The steady drone of our ship's engines dropped to a whisper as Captain Ed swung the Malibu Princess around and guided her expertly past the islets and low fingers of rock that all but hide the narrow passageway into Princess Louisa Inlet. The cluster of buildings and waving teenagers on the left shoreline seem strangely out of place. But the story of how they came to be there is even stranger.

In 1938 Bill Boeing, of aircraft fame, introduced fellow Seattle industrialist Tom Hamilton to Princess Louisa Inlet while the two families were cruising in their yachts, the Malibu and the Taconite. Tom's wife Ethel was taken with a small island half way up the inlet, and what Ethel liked she got. Two years later Tom bought the island from Mac and promptly named it after himself. He was a man of great wealth, sweeping visions, and short attention span. His initial plan to build a small holiday retreat for family and friends was rapidly abandoned for a grander scheme and for the next 10 years, from 1940 to 1950, he was obsessed with turning Princess Louisa Inlet into a "Mecca for Millionaires."

In 1941 he purchased all of the land surrounding Princess Louisa Inlet except a small parcel at Chatterbox Falls which Mac refused to sell. He gave Casper five hundred dollars for his squatter's cabin on the jut of land at the entrance. The cats were banished, the flea-infested cabin burned down, and Casper was made caretaker of the posh resort that Hamilton built in its place. He spent almost a million dollars creating the Malibu Club, a luxury retreat affiliated with his fleet of charter boats and aircraft. For several years the resort prospered. Then, in 1950, for reasons known only to T.F. Hamilton the place was abandoned – not shut down or closed up, but just abandoned as though everyone had sailed away without doing the dishes. And for the next two years Malibu stood empty, at the mercy of the elements and looters.

In 1952 Jim Rayburn, founder of Young Life, visited the ghost of Hamilton's abandoned dream and came up with a very different vision of its future. Young Life, a non-denominational Christian youth ministry based in Colorado, was searching for a place to build an outreach camp in the Pacific Northwest and the weather-ravaged buildings standing empty at the head of Princess Louisa Inlet were still salvageable. The property was purchased for Young Life and transformed from a millionaire's luxury retreat to a place that offered young people a week-long adventure of new ideas and new activities that many had never experienced before. Young Life's Malibu Camp has now been operating for more than 50 years and currently hosts more than 300 high school kids a week.

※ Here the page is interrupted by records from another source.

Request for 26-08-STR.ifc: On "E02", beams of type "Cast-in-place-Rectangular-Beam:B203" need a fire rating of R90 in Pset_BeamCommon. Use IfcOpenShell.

First a look at what the model holds.

```python
import ifcopenshell
import ifcopenshell.util.element

model = ifcopenshell.open("26-08-STR.ifc")
print(model.schema)
storey = next(s for s in model.by_type("IfcBuildingStorey") if s.Name == "E02")
beams = [e for e in ifcopenshell.util.element.get_decomposition(storey) if e.is_a("IfcBeam")]
seen = {}
for e in beams:
    element_type = ifcopenshell.util.element.get_type(e)
    key = (element_type.Name if element_type != e and element_type else None, ifcopenshell.util.element.get_pset(e, "Pset_BeamCommon", "FireRating"))
    seen[key] = seen.get(key, 0) + 1
for (name, value), count in sorted(seen.items(), key=str):
    print(count, "x", name, "|", value)
```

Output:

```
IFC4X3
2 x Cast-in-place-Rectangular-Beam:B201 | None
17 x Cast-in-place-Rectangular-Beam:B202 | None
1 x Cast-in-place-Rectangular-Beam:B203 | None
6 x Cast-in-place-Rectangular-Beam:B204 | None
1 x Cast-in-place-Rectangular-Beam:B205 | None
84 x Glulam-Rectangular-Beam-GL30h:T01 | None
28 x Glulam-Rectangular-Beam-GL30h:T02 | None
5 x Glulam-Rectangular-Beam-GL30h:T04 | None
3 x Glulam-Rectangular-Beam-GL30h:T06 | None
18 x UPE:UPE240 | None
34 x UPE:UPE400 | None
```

```python
import ifcopenshell
import ifcopenshell.api.pset
import ifcopenshell.util.element

model = ifcopenshell.open("26-08-STR.ifc")

storey = next(s for s in model.by_type("IfcBuildingStorey") if s.Name == "E02")
beams = [e for e in ifcopenshell.util.element.get_decomposition(storey) if e.is_a("IfcBeam")]

count = 0
for e in beams:
    element_type = ifcopenshell.util.element.get_type(e)
    if element_type in (None, e) or element_type.Name != "Cast-in-place-Rectangular-Beam:B203":
        continue
    # add_pset returns the element's existing set when there is one.
    pset = ifcopenshell.api.pset.add_pset(model, product=e, name="Pset_BeamCommon")
    ifcopenshell.api.pset.edit_pset(model, pset=pset, properties={"FireRating": "R90"})
    count += 1

print(count, "beams updated")

model.write("26-08-STR_rev.ifc")
```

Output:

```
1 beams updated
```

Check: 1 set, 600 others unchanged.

We waved back at the camp and continued up to the head of the inlet where Captain Ed let the Princess drift almost up to shore in front of Chatterbox Falls. To our left a mile-high granite monolith rises precipitously out of the ocean. Directly ahead, above the final plunge of the falls, the rivers and creeks cascade over a series of giant steps leading up to a snow-covered divide into the headwaters of the Elaho. To the right of the falls, on the very spot where he build and lost his cabin, there is a memorial to Mac – an octagonal cedar shelter where boaters can escape from the weather. When he died in 1978 Mac deeded his property to the Princess Louisa International Society with a plea that the inlet be protected and remain unspoiled for future generations to enjoy. In collaboration with B.C. Parks and The Nature Conservancy of Canada, the society is still working hard to achieve Mac's dream.

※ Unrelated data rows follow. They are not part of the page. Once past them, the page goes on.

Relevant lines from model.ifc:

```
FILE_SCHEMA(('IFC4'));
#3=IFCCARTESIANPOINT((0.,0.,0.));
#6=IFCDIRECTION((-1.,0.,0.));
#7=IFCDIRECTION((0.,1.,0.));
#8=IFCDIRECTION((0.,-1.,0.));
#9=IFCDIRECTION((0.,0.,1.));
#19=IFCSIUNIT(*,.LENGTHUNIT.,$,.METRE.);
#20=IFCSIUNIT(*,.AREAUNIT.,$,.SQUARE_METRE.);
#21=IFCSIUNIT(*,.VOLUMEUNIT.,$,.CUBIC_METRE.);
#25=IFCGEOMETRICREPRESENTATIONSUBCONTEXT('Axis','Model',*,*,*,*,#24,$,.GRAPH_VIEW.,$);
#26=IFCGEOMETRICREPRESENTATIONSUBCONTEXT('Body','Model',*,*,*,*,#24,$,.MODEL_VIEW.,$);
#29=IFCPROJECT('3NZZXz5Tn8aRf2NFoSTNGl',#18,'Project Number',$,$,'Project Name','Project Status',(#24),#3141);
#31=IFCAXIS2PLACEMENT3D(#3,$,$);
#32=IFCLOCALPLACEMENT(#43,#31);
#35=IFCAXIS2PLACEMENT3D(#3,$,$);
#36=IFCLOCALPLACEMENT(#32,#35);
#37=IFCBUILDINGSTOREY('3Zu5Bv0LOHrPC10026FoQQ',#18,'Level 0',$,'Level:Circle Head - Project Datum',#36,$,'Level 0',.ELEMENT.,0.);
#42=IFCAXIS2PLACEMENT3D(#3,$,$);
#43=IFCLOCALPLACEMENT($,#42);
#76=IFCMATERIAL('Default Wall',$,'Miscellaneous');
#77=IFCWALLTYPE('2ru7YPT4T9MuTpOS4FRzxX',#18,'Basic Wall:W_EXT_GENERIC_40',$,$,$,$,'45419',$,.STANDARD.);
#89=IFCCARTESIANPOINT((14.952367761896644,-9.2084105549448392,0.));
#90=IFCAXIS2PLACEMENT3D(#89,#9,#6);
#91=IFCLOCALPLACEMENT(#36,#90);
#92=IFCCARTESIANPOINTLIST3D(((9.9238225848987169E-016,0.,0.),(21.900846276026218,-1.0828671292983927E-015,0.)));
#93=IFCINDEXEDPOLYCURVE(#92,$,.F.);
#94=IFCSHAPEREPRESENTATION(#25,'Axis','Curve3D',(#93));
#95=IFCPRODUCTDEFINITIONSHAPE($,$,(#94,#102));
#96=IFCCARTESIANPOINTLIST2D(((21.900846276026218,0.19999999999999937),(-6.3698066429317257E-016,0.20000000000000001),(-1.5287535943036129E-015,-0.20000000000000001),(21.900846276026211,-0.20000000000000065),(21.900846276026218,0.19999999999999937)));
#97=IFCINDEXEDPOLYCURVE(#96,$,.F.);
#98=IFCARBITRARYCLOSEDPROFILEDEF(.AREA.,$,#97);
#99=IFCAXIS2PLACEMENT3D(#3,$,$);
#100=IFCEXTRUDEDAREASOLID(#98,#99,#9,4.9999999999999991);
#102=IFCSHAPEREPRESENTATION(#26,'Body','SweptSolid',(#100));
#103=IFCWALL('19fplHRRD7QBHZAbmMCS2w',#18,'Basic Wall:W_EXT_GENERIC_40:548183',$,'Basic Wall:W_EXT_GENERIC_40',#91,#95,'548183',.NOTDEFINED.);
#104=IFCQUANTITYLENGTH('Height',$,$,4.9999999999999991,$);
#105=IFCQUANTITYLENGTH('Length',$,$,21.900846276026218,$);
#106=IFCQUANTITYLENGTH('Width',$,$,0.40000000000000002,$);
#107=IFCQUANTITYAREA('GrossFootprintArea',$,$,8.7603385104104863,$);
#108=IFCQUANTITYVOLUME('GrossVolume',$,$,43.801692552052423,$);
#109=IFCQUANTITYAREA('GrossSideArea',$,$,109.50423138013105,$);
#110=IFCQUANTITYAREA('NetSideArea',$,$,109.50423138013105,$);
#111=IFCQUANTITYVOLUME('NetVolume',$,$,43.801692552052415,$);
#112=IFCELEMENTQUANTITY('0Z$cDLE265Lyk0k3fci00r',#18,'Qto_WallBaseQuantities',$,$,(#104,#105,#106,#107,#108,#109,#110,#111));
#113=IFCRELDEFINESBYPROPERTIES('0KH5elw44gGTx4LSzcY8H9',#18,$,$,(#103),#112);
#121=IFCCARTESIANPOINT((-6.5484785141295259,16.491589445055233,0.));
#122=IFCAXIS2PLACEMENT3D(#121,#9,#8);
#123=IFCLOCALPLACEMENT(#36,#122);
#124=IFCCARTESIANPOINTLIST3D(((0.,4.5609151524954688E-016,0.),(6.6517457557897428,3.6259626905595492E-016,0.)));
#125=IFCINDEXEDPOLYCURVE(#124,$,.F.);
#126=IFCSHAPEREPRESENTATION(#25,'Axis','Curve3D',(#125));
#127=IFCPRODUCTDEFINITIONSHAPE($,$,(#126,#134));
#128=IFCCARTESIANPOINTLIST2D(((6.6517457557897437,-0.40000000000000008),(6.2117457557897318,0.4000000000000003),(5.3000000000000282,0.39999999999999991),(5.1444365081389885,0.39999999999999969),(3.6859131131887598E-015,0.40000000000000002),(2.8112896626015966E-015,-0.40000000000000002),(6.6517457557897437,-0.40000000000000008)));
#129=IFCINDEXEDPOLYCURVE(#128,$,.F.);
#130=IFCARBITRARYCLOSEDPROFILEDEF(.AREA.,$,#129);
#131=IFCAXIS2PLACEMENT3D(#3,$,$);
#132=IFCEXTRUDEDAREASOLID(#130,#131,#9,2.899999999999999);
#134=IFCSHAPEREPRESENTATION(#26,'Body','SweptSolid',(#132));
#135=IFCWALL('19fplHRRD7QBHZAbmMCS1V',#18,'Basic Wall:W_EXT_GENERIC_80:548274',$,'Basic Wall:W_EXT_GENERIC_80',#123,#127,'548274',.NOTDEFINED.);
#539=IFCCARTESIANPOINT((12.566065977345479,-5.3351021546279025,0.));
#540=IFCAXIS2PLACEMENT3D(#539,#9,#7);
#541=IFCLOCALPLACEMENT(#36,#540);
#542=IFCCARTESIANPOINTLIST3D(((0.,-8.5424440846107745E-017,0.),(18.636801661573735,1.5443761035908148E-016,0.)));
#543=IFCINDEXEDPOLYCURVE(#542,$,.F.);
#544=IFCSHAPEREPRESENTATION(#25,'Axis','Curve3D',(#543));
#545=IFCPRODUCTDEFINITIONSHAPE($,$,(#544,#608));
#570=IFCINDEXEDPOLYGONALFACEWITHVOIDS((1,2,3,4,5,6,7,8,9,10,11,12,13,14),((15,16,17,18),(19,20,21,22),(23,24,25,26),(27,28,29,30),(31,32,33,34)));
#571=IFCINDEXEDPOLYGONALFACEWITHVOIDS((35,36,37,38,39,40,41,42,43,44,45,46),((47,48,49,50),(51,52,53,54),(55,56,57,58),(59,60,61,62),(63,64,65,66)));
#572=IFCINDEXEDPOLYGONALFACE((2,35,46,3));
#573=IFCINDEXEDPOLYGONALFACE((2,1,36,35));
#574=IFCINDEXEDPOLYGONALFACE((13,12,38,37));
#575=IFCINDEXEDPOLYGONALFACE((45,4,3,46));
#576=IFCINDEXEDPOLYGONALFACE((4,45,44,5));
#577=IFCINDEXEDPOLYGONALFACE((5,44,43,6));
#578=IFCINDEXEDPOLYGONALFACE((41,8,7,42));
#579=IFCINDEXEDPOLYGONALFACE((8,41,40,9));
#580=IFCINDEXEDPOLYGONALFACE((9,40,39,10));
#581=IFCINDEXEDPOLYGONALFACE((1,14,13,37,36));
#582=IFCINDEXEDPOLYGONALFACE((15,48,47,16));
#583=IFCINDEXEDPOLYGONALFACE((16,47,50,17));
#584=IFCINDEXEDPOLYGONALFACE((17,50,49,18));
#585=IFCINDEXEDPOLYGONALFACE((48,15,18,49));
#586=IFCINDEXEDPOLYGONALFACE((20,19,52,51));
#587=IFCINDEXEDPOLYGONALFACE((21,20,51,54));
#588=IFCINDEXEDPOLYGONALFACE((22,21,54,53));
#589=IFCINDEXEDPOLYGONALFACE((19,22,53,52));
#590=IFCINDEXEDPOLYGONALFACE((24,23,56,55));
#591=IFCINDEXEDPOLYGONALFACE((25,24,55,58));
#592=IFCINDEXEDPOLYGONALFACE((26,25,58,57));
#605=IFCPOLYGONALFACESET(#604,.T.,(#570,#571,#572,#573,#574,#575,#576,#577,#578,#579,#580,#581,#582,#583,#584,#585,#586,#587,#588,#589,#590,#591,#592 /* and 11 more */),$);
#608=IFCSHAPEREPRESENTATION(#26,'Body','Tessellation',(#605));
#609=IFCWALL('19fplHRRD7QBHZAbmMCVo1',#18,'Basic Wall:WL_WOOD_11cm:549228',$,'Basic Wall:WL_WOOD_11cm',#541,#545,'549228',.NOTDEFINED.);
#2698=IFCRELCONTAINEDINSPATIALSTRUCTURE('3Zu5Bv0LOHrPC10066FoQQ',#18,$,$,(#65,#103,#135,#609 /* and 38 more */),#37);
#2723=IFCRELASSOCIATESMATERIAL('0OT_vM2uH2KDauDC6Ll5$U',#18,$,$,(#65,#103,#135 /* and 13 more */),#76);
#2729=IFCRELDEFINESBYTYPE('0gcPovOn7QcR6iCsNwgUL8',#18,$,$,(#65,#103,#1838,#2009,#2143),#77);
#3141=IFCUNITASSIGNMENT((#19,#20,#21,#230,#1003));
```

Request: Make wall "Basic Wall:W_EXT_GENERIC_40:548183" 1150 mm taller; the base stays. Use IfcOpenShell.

```python
import ifcopenshell
import ifcopenshell.api.pset
import ifcopenshell.geom
import ifcopenshell.util.element
import ifcopenshell.util.representation
import ifcopenshell.util.shape
import ifcopenshell.util.unit

model = ifcopenshell.open("model.ifc")
unit_scale = ifcopenshell.util.unit.calculate_unit_scale(model)
area_scale = ifcopenshell.util.unit.calculate_unit_scale(model, "AREAUNIT")
volume_scale = ifcopenshell.util.unit.calculate_unit_scale(model, "VOLUMEUNIT")
settings = ifcopenshell.geom.settings()


def volume(element):
    """Net volume in cubic metres, openings subtracted."""
    shape = ifcopenshell.geom.create_shape(settings, element)
    return ifcopenshell.util.shape.get_volume(shape.geometry)


wall = model.by_guid("19fplHRRD7QBHZAbmMCS2w")
before = volume(wall)

body = ifcopenshell.util.representation.get_representation(wall, "Model", "Body")
solid = body.Items[0]
old_height = solid.Depth
solid.Depth += 1.15
after = volume(wall)
thickness = 0.4  # wall thickness in metres

# Update the stored height, areas and volumes.
qto = model.by_id(ifcopenshell.util.element.get_pset(wall, "Qto_WallBaseQuantities", should_inherit=False)["id"])
ifcopenshell.api.pset.edit_qto(model, qto=qto, properties={
    "Height": solid.Depth,
    "GrossVolume": ifcopenshell.util.element.get_pset(wall, "Qto_WallBaseQuantities", "GrossVolume") * solid.Depth / old_height,
    "GrossSideArea": ifcopenshell.util.element.get_pset(wall, "Qto_WallBaseQuantities", "GrossSideArea") * solid.Depth / old_height,
    "NetSideArea": after / thickness / area_scale,
    "NetVolume": after / volume_scale,
})

print(f"height {old_height:g} -> {solid.Depth:g}, volume {before:.3f} -> {after:.3f} m3")

model.write("model_v2.ifc")
```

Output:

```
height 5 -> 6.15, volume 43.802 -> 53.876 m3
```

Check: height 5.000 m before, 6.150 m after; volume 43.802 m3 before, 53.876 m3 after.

On the way back to Egmont Greg fired up the buffet, a scrumptious hot meal of many choices topped off with a tray of tasty gourmet treats. At eight o'clock, when we arrived back at the Egmont wharf, it was hard to believe we had been gone only half a day. Our mini-cruise aboard the Malibu Princess had all the elements of a much longer holiday – spectacular scenery, historic background, great food and a chance to meet some of the friendly, dedicated people who run the ship and clearly love doing what they do so well.